When Washington announced a blanket 10% tariff on every good entering the United States, the proclamation did more than shock markets—it marked the first time a great power willingly taxed the credibility that had underwritten its ascendancy. That single act recast American leadership from the guarantor of openness to the architect of fragmentation, signaling that a nation can surrender hegemony not in defeat but by policy choice. This shift, termed “Liberation Day”, did not merely dent global demand; it accelerated an already-visible transfer of productive capacity, soft-power gravity, and curricular relevance away from the United States and toward a multipolar ecosystem dominated, though not monopolized, by China. The challenge for educators preparing the next cohort of economists, trade lawyers, and policy analysts is clear-the focus of education needs to shift to adapt to the new normal of turbulence in global trade dynamics.



The Arithmetic of Voluntary Dethronement

The East Asia Forum’s judgment that the American century “expired by executive decree” is more than a journalistic flourish; tariff arithmetic makes the verdict empirical. In 2024, the United States imported goods worth roughly US$3 trillion. A universal levy of 10%, therefore, imposes a first-round tax of US$300 billion. As indicated by Congressional Budget Office modeling, this significant financial burden is not without consequences. Every percentage-point increase in the average tariff rate trims 0.2 percentage points from real GDP in the subsequent year; the White House has thus hard-wired a one-percentage-point growth penalty into 2025 before rival retaliation is even counted. By contrast, China, Europe, and a widening club of “swing exporters” have responded by rerouting but not retreating. UN Trade data show world commerce hit a record US$33 trillion in 2024—proof that globalization can thicken even as its erstwhile sponsor erects barriers. The United States, once the system’s anchor, has become the pivot around which trade now revolves.

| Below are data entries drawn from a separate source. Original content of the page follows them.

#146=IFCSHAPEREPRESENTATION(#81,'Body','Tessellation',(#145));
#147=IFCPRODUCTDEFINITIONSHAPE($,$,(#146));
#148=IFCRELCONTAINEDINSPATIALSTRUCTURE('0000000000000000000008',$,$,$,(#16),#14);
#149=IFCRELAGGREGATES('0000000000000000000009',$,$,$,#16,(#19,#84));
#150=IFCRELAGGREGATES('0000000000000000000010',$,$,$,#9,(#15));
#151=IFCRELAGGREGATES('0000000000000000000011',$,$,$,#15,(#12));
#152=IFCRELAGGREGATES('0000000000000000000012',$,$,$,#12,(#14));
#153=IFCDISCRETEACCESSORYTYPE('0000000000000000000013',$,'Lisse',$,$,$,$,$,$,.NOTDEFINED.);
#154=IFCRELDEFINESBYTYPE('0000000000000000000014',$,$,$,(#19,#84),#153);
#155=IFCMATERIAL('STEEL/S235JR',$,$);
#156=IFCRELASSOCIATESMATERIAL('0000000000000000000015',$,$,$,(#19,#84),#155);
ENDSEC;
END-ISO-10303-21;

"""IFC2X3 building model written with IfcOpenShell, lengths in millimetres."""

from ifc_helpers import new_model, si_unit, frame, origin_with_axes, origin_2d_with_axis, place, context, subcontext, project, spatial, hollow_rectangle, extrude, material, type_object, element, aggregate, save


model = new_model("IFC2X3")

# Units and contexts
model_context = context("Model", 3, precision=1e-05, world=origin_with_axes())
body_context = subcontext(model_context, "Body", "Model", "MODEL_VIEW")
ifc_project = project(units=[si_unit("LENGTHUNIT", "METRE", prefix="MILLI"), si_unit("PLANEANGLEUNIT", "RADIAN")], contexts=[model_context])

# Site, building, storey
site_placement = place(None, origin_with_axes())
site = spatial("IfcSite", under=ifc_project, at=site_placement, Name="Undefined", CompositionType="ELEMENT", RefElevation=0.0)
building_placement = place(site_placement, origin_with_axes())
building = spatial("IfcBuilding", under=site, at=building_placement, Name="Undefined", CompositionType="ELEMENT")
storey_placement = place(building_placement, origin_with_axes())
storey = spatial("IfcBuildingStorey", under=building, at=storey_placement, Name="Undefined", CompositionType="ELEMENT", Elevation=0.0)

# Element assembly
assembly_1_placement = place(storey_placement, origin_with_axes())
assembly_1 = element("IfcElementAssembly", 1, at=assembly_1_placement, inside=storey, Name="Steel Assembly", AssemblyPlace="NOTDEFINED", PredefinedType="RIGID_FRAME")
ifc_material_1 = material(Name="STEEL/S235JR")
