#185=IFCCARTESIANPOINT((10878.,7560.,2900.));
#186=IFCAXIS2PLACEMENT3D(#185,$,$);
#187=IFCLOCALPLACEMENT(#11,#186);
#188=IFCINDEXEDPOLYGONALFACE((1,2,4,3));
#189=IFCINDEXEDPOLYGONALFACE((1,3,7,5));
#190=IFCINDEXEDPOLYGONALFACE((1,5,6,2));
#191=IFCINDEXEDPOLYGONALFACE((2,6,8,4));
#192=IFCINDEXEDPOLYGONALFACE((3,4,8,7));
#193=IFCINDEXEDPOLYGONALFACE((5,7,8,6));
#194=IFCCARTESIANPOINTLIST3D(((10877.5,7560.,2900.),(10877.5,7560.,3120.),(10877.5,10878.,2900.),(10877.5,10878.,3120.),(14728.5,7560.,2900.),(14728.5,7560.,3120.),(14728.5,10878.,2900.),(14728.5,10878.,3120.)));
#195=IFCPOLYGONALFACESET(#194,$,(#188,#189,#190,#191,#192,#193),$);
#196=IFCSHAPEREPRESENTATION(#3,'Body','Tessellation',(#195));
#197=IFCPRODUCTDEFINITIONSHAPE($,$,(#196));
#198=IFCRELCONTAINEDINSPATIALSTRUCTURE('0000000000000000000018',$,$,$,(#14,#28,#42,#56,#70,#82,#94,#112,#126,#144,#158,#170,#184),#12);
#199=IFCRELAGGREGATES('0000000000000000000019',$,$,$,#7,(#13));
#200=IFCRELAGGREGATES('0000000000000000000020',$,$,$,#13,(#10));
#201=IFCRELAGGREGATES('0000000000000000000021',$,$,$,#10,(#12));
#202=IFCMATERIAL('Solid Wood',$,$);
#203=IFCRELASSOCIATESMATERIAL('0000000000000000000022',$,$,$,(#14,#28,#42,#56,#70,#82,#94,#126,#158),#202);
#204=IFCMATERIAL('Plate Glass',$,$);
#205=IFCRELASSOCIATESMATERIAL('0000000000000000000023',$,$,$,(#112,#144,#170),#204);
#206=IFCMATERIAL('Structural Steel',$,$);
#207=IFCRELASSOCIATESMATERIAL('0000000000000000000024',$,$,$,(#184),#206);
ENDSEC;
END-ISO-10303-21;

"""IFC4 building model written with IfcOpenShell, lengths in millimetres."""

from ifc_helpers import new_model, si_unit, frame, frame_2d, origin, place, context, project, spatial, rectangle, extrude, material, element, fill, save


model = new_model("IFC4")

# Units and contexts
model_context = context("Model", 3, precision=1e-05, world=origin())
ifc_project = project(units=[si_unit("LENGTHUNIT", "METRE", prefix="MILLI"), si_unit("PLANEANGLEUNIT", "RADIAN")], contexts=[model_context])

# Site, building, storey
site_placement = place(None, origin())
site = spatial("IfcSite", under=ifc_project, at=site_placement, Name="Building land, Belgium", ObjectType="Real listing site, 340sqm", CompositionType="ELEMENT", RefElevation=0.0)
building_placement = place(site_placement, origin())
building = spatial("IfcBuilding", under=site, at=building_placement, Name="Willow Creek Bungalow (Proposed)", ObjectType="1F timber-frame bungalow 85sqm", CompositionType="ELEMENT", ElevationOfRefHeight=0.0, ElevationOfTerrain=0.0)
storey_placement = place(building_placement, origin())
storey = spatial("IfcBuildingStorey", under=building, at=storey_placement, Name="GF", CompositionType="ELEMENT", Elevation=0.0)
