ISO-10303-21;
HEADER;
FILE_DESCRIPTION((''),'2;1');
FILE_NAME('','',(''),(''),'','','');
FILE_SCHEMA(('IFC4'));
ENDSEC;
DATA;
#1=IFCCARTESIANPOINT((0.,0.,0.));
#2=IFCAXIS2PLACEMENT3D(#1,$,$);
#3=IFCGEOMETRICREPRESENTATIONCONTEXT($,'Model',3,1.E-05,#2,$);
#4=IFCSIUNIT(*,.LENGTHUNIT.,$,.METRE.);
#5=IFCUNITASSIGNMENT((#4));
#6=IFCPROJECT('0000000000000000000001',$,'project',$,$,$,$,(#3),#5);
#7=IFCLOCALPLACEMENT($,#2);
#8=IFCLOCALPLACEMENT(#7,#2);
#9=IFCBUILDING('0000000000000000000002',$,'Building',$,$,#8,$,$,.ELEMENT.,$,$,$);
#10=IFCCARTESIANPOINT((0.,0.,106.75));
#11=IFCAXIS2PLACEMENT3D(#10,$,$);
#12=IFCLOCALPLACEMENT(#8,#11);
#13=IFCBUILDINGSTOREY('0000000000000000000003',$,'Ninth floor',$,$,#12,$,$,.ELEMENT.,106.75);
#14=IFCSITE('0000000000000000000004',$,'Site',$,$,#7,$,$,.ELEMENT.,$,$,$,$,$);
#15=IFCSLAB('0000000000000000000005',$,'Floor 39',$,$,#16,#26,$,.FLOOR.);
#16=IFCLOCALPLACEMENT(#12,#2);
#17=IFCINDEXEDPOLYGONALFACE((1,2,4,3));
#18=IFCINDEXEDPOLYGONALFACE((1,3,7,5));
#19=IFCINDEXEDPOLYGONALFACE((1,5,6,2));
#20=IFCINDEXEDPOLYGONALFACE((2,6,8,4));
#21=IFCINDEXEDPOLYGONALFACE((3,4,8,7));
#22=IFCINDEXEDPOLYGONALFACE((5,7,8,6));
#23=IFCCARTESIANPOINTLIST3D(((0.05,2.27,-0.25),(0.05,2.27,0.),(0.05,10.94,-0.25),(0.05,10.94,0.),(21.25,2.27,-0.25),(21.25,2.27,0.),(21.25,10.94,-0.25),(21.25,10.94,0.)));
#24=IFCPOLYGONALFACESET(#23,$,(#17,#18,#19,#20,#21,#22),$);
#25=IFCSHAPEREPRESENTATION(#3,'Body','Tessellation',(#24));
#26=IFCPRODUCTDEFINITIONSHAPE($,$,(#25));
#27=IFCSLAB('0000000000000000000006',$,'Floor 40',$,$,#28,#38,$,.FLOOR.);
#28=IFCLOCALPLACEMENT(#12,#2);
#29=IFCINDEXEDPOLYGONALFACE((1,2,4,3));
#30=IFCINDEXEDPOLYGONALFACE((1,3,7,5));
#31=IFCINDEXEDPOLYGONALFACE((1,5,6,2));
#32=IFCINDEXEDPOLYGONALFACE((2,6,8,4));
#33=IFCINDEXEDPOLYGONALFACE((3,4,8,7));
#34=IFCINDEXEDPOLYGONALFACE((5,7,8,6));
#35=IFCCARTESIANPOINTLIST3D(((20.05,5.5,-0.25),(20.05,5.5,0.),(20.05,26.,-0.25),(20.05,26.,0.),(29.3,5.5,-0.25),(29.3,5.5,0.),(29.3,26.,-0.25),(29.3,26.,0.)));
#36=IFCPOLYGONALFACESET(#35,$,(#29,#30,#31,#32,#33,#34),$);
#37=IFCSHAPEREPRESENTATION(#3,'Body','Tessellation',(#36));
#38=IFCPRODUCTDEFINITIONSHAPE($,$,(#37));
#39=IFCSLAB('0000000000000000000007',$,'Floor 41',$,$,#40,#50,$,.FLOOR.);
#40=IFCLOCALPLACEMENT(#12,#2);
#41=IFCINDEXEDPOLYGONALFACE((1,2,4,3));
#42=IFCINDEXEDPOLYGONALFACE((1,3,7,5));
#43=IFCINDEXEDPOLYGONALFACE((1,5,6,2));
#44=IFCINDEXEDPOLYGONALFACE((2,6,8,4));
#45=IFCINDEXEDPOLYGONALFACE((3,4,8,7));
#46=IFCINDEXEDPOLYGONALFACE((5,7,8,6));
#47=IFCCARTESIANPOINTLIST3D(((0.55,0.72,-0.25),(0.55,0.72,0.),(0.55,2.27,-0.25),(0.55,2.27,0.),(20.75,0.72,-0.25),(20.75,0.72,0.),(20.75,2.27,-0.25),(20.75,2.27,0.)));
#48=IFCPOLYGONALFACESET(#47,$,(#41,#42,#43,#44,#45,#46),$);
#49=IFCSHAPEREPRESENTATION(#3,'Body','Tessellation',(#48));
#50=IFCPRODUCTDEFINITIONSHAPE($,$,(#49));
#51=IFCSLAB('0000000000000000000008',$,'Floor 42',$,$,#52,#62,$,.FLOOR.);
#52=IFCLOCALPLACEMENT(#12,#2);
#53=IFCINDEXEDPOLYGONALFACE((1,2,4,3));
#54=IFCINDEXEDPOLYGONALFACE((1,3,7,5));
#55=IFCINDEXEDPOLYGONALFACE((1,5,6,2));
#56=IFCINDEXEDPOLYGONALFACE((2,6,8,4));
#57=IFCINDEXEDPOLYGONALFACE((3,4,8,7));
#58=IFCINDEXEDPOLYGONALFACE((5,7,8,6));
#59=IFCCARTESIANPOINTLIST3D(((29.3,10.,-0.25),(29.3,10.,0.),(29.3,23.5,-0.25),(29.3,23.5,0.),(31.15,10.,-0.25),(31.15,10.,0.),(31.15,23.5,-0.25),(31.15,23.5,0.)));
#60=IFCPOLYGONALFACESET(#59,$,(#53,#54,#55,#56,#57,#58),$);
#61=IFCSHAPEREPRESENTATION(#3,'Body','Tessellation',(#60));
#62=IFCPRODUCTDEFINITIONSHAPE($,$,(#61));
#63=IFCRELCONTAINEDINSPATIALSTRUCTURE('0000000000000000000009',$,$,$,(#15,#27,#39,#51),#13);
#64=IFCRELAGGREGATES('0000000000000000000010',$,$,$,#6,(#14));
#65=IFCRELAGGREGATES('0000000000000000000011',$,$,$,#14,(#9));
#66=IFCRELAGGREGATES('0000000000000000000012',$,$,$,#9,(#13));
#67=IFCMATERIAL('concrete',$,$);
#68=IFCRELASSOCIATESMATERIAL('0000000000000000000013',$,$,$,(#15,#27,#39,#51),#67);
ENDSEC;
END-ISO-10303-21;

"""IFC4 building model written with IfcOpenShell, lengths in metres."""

from ifc_helpers import new_model, si_unit, frame, origin, place, context, project, spatial, polyline, outline, extrude, material, element, save


model = new_model("IFC4")

# Units and contexts
model_context = context("Model", 3, precision=1e-05, world=origin())
ifc_project = project(units=[si_unit("LENGTHUNIT", "METRE")], contexts=[model_context])

# Site, building, storey
site_placement = place(None, origin())
site = spatial("IfcSite", under=ifc_project, at=site_placement, Name="Site", CompositionType="ELEMENT")
building_placement = place(site_placement, origin())
building = spatial("IfcBuilding", under=site, at=building_placement, Name="Building", CompositionType="ELEMENT")
storey_placement = place(building_placement, frame((0.0, 0.0, 106.75)))
storey = spatial("IfcBuildingStorey", under=building, at=storey_placement, Name="Ninth floor", CompositionType="ELEMENT", Elevation=106.75)

# Slabs
ifc_material = material(Name="concrete")
slab_1_placement = place(storey_placement, frame((0.0, 0.0, -0.25), z_axis=(0.0, 0.0, 1.0), x_axis=(1.0, 0.0, 0.0)))
element("IfcSlab", 1, at=slab_1_placement, inside=storey, material=ifc_material, Name="Floor 39", PredefinedType="FLOOR", context=model_context, shape_type="SweptSolid", body=[
    extrude(outline(polyline([(0.05, 2.27), (21.25, 2.27), (21.25, 10.94), (0.05, 10.94), (0.05, 2.27)])), origin(), (0.0, 0.0, 1.0), 0.25),
])
slab_2_placement = place(storey_placement, frame((0.0, 0.0, -0.25), z_axis=(0.0, 0.0, 1.0), x_axis=(1.0, 0.0, 0.0)))
element("IfcSlab", 2, at=slab_2_placement, inside=storey, material=ifc_material, Name="Floor 40", PredefinedType="FLOOR", context=model_context, shape_type="SweptSolid", body=[
    extrude(outline(polyline([(20.05, 5.5), (29.3, 5.5), (29.3, 26.0), (20.05, 26.0), (20.05, 5.5)])), origin(), (0.0, 0.0, 1.0), 0.25),
])
slab_3_placement = place(storey_placement, frame((0.0, 0.0, -0.25), z_axis=(0.0, 0.0, 1.0), x_axis=(1.0, 0.0, 0.0)))
element("IfcSlab", 3, at=slab_3_placement, inside=storey, material=ifc_material, Name="Floor 41", PredefinedType="FLOOR", context=model_context, shape_type="SweptSolid", body=[
    extrude(outline(polyline([(0.55, 0.72), (20.75, 0.72), (20.75, 2.27), (0.55, 2.27), (0.55, 0.72)])), origin(), (0.0, 0.0, 1.0), 0.25),
])
slab_4_placement = place(storey_placement, frame((0.0, 0.0, -0.25), z_axis=(0.0, 0.0, 1.0), x_axis=(1.0, 0.0, 0.0)))
element("IfcSlab", 4, at=slab_4_placement, inside=storey, material=ifc_material, Name="Floor 42", PredefinedType="FLOOR", context=model_context, shape_type="SweptSolid", body=[
    extrude(outline(polyline([(29.3, 10.0), (31.15, 10.0), (31.15, 23.5), (29.3, 23.5), (29.3, 10.0)])), origin(), (0.0, 0.0, 1.0), 0.25),
])

save(model, "model.ifc")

Soft-Power Erosion as Leading Indicator

Hard-power superiority traditionally masks softer vulnerabilities, yet attitude surveys reveal attrition long before weapon systems lose edge. Pew’s June 2025 poll across twenty-four countries registers a dead-even split: 49% view the United States favorably, and 49% do not—the worst median reading in two decades and a full twenty-point slide since 2021.


Figure 1: Global attitudes mirror tariff fatigue: median favourability toward the United States plunges as China edges toward parity, 2012–2025.

Confidence in the United States’ democratic model sits below half in nineteen states. Such perception shifts are not cosmetic; they influence where high-skill migrants enroll, where investors litigate, and which data regimes multinationals trust. Student visas offer a quantifiable proxy: new F-1 issuances to Chinese nationals in the last twelve-month cycle were 28% below the 2019 benchmark, while Canadian and European universities recorded double-digit growth in the same market. Global talent is no longer predisposed to view US campuses as an automatic first choice; like container ships, brains follow reliability.

Netflix’s subscriber geography supplies unexpected corroboration. In 2024, Asia-Pacific overtook Latin America as the platform’s third-largest base, closing the year above fifty million paid memberships even as North American growth plateaued. Cultural dominance is drifting in the same direction as trade routes: eastwards.


The Manufacturing Ledger: From Margin to Minority

In 2000, the United States accounted for one-quarter of global manufacturing value-added. By 2024, its share had slipped to 15.9%—less than half of China’s 31.6%. UNIDO baseline projections, replicated by the Information Technology and Innovation Foundation, show the US slice falling to 11% by 2030 while China approaches 45%. The numbers matter because manufacturing retains the economy’s highest research spillover multiplier and anchors 55% of merchandise exports.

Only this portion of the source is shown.